**Required action**
Print out every record exactly as it appears.

**Collected data entries**
========================

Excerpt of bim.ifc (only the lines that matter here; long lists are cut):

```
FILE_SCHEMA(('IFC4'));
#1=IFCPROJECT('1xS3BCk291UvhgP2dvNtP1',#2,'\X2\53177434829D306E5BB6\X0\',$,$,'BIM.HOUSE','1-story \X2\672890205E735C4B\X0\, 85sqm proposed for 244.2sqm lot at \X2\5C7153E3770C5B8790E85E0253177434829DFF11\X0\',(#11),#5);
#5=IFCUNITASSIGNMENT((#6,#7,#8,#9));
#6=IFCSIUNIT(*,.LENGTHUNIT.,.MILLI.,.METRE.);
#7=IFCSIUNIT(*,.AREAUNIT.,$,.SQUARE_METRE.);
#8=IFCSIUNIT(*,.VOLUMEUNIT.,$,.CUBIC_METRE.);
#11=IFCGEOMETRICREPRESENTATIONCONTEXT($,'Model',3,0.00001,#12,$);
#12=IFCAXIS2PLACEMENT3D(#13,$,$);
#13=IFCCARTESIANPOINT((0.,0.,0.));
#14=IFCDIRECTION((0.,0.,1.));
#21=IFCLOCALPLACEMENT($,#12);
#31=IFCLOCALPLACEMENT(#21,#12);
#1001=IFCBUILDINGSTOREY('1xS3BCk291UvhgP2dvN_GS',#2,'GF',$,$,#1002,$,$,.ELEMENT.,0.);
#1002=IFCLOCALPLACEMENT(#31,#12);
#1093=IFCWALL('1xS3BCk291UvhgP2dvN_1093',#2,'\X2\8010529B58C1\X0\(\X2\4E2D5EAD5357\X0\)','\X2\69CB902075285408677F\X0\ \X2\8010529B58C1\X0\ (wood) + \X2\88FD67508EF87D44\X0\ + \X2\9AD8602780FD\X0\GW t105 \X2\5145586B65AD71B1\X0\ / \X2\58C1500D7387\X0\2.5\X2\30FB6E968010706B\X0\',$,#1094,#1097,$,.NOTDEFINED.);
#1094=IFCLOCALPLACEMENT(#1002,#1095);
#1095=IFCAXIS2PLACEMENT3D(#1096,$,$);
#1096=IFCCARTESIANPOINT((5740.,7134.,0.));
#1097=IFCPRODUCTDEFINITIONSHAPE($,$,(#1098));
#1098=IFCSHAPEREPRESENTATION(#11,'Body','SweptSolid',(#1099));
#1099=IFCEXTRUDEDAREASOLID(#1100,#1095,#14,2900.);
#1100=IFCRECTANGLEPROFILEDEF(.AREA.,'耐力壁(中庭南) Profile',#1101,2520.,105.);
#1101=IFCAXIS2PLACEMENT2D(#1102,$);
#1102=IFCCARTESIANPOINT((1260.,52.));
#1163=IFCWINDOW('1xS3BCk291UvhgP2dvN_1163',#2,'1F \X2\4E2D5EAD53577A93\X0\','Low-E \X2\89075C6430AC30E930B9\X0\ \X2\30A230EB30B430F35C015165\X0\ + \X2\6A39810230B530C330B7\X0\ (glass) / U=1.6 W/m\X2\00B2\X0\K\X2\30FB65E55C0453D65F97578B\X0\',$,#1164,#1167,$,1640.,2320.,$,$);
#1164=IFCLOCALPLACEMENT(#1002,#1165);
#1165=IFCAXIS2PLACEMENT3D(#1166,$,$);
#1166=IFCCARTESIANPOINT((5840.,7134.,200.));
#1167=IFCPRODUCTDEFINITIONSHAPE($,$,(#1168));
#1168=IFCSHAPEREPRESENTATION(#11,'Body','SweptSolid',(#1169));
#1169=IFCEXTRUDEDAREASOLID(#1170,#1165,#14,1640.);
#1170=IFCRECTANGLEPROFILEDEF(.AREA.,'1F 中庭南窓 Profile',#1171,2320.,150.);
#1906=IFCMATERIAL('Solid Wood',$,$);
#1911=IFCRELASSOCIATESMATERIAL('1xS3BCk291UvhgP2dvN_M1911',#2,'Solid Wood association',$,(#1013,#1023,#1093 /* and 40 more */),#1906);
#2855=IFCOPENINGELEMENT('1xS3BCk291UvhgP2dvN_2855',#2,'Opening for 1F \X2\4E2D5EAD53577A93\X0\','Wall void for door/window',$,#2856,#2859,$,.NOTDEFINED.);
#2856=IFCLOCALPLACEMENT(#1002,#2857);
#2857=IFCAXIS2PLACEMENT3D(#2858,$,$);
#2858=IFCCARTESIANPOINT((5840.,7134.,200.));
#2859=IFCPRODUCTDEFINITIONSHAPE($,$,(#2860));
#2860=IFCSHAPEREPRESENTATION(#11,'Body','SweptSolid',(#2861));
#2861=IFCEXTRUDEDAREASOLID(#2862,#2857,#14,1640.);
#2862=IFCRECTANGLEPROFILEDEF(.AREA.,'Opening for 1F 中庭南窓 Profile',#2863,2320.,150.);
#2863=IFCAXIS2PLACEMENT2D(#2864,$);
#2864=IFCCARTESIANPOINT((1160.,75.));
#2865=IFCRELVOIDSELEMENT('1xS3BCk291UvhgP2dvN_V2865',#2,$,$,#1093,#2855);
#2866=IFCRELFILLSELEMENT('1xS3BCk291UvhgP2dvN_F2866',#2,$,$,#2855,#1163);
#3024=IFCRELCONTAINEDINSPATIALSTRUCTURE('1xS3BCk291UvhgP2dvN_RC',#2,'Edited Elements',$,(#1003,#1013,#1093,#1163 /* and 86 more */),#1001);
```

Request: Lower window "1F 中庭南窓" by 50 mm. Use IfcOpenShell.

```python
import numpy as np
import ifcopenshell
import ifcopenshell.api.geometry
import ifcopenshell.util.placement
import ifcopenshell.util.unit

model = ifcopenshell.open("bim.ifc")
unit_scale = ifcopenshell.util.unit.calculate_unit_scale(model)

window = model.by_guid("1xS3BCk291UvhgP2dvN_1163")
opening = window.FillsVoids[0].RelatingOpeningElement
dz = -0.05 / unit_scale

shift = np.array([0.0, 0.0, dz])
# The window is not placed relative to its opening, so move both.
for product in (opening, window):
    matrix = ifcopenshell.util.placement.get_local_placement(product.ObjectPlacement)
    matrix[:3, 3] += shift
    ifcopenshell.api.geometry.edit_object_placement(model, product=product, matrix=matrix, is_si=False)

print(f"moved by {dz * unit_scale:+.3f} m")

model.write("bim_updated.ifc")
```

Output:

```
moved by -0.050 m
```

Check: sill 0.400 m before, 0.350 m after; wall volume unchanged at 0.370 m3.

========================

**Result of this task**
Excerpt of bim.ifc (only the lines that matter here; long lists are cut):

```
FILE_SCHEMA(('IFC4'));
#1=IFCPROJECT('1xS3BCk291UvhgP2dvNtP1',#2,'\X2\53177434829D306E5BB6\X0\',$,$,'BIM.HOUSE','1-story \X2\672890205E735C4B\X0\, 85sqm proposed for 244.2sqm lot at \X2\5C7153E3770C5B8790E85E0253177434829DFF11\X0\',(#11),#5);
#5=IFCUNITASSIGNMENT((#6,#7,#8,#9));
#6=IFCSIUNIT(*,.LENGTHUNIT.,.MILLI.,.METRE.);
#7=IFCSIUNIT(*,.AREAUNIT.,$,.SQUARE_METRE.);
#8=IFCSIUNIT(*,.VOLUMEUNIT.,$,.CUBIC_METRE.);
#11=IFCGEOMETRICREPRESENTATIONCONTEXT($,'Model',3,0.00001,#12,$);
#12=IFCAXIS2PLACEMENT3D(#13,$,$);
#13=IFCCARTESIANPOINT((0.,0.,0.));
#14=IFCDIRECTION((0.,0.,1.));
#21=IFCLOCALPLACEMENT($,#12);
#31=IFCLOCALPLACEMENT(#21,#12);
#1001=IFCBUILDINGSTOREY('1xS3BCk291UvhgP2dvN_GS',#2,'GF',$,$,#1002,$,$,.ELEMENT.,0.);
#1002=IFCLOCALPLACEMENT(#31,#12);
#1093=IFCWALL('1xS3BCk291UvhgP2dvN_1093',#2,'\X2\8010529B58C1\X0\(\X2\4E2D5EAD5357\X0\)','\X2\69CB902075285408677F\X0\ \X2\8010529B58C1\X0\ (wood) + \X2\88FD67508EF87D44\X0\ + \X2\9AD8602780FD\X0\GW t105 \X2\5145586B65AD71B1\X0\ / \X2\58C1500D7387\X0\2.5\X2\30FB6E968010706B\X0\',$,#1094,#1097,$,.NOTDEFINED.);
#1094=IFCLOCALPLACEMENT(#1002,#1095);
#1095=IFCAXIS2PLACEMENT3D(#1096,$,$);
#1096=IFCCARTESIANPOINT((5740.,7134.,0.));
#1097=IFCPRODUCTDEFINITIONSHAPE($,$,(#1098));
#1098=IFCSHAPEREPRESENTATION(#11,'Body','SweptSolid',(#1099));
#1099=IFCEXTRUDEDAREASOLID(#1100,#1095,#14,2900.);
#1100=IFCRECTANGLEPROFILEDEF(.AREA.,'耐力壁(中庭南) Profile',#1101,2520.,105.);
#1101=IFCAXIS2PLACEMENT2D(#1102,$);
#1102=IFCCARTESIANPOINT((1260.,52.));
#1163=IFCWINDOW('1xS3BCk291UvhgP2dvN_1163',#2,'1F \X2\4E2D5EAD53577A93\X0\','Low-E \X2\89075C6430AC30E930B9\X0\ \X2\30A230EB30B430F35C015165\X0\ + \X2\6A39810230B530C330B7\X0\ (glass) / U=1.6 W/m\X2\00B2\X0\K\X2\30FB65E55C0453D65F97578B\X0\',$,#1164,#1167,$,1640.,2320.,$,$);
#1164=IFCLOCALPLACEMENT(#1002,#1165);
#1165=IFCAXIS2PLACEMENT3D(#1166,$,$);
#1166=IFCCARTESIANPOINT((5840.,7134.,200.));
#1167=IFCPRODUCTDEFINITIONSHAPE($,$,(#1168));
#1168=IFCSHAPEREPRESENTATION(#11,'Body','SweptSolid',(#1169));
#1169=IFCEXTRUDEDAREASOLID(#1170,#1165,#14,1640.);
#1170=IFCRECTANGLEPROFILEDEF(.AREA.,'1F 中庭南窓 Profile',#1171,2320.,150.);
#1906=IFCMATERIAL('Solid Wood',$,$);
#1911=IFCRELASSOCIATESMATERIAL('1xS3BCk291UvhgP2dvN_M1911',#2,'Solid Wood association',$,(#1013,#1023,#1093 /* and 40 more */),#1906);
#2855=IFCOPENINGELEMENT('1xS3BCk291UvhgP2dvN_2855',#2,'Opening for 1F \X2\4E2D5EAD53577A93\X0\','Wall void for door/window',$,#2856,#2859,$,.NOTDEFINED.);
#2856=IFCLOCALPLACEMENT(#1002,#2857);
#2857=IFCAXIS2PLACEMENT3D(#2858,$,$);
#2858=IFCCARTESIANPOINT((5840.,7134.,200.));
#2859=IFCPRODUCTDEFINITIONSHAPE($,$,(#2860));
#2860=IFCSHAPEREPRESENTATION(#11,'Body','SweptSolid',(#2861));
#2861=IFCEXTRUDEDAREASOLID(#2862,#2857,#14,1640.);
#2862=IFCRECTANGLEPROFILEDEF(.AREA.,'Opening for 1F 中庭南窓 Profile',#2863,2320.,150.);
#2863=IFCAXIS2PLACEMENT2D(#2864,$);
#2864=IFCCARTESIANPOINT((1160.,75.));
#2865=IFCRELVOIDSELEMENT('1xS3BCk291UvhgP2dvN_V2865',#2,$,$,#1093,#2855);
#2866=IFCRELFILLSELEMENT('1xS3BCk291UvhgP2dvN_F2866',#2,$,$,#2855,#1163);
#3024=IFCRELCONTAINEDINSPATIALSTRUCTURE('1xS3BCk291UvhgP2dvN_RC',#2,'Edited Elements',$,(#1003,#1013,#1093,#1163 /* and 86 more */),#1001);
```

Request: Lower window "1F 中庭南窓" by 50 mm. Use IfcOpenShell.

```python
import numpy as np
import ifcopenshell
import ifcopenshell.api.geometry
import ifcopenshell.util.placement
import ifcopenshell.util.unit

model = ifcopenshell.open("bim.ifc")
unit_scale = ifcopenshell.util.unit.calculate_unit_scale(model)

window = model.by_guid("1xS3BCk291UvhgP2dvN_1163")
opening = window.FillsVoids[0].RelatingOpeningElement
dz = -0.05 / unit_scale

shift = np.array([0.0, 0.0, dz])
# The window is not placed relative to its opening, so move both.
for product in (opening, window):
    matrix = ifcopenshell.util.placement.get_local_placement(product.ObjectPlacement)
    matrix[:3, 3] += shift
    ifcopenshell.api.geometry.edit_object_placement(model, product=product, matrix=matrix, is_si=False)

print(f"moved by {dz * unit_scale:+.3f} m")

model.write("bim_updated.ifc")
```

Output:

```
moved by -0.050 m
```

Check: sill 0.400 m before, 0.350 m after; wall volume unchanged at 0.370 m3.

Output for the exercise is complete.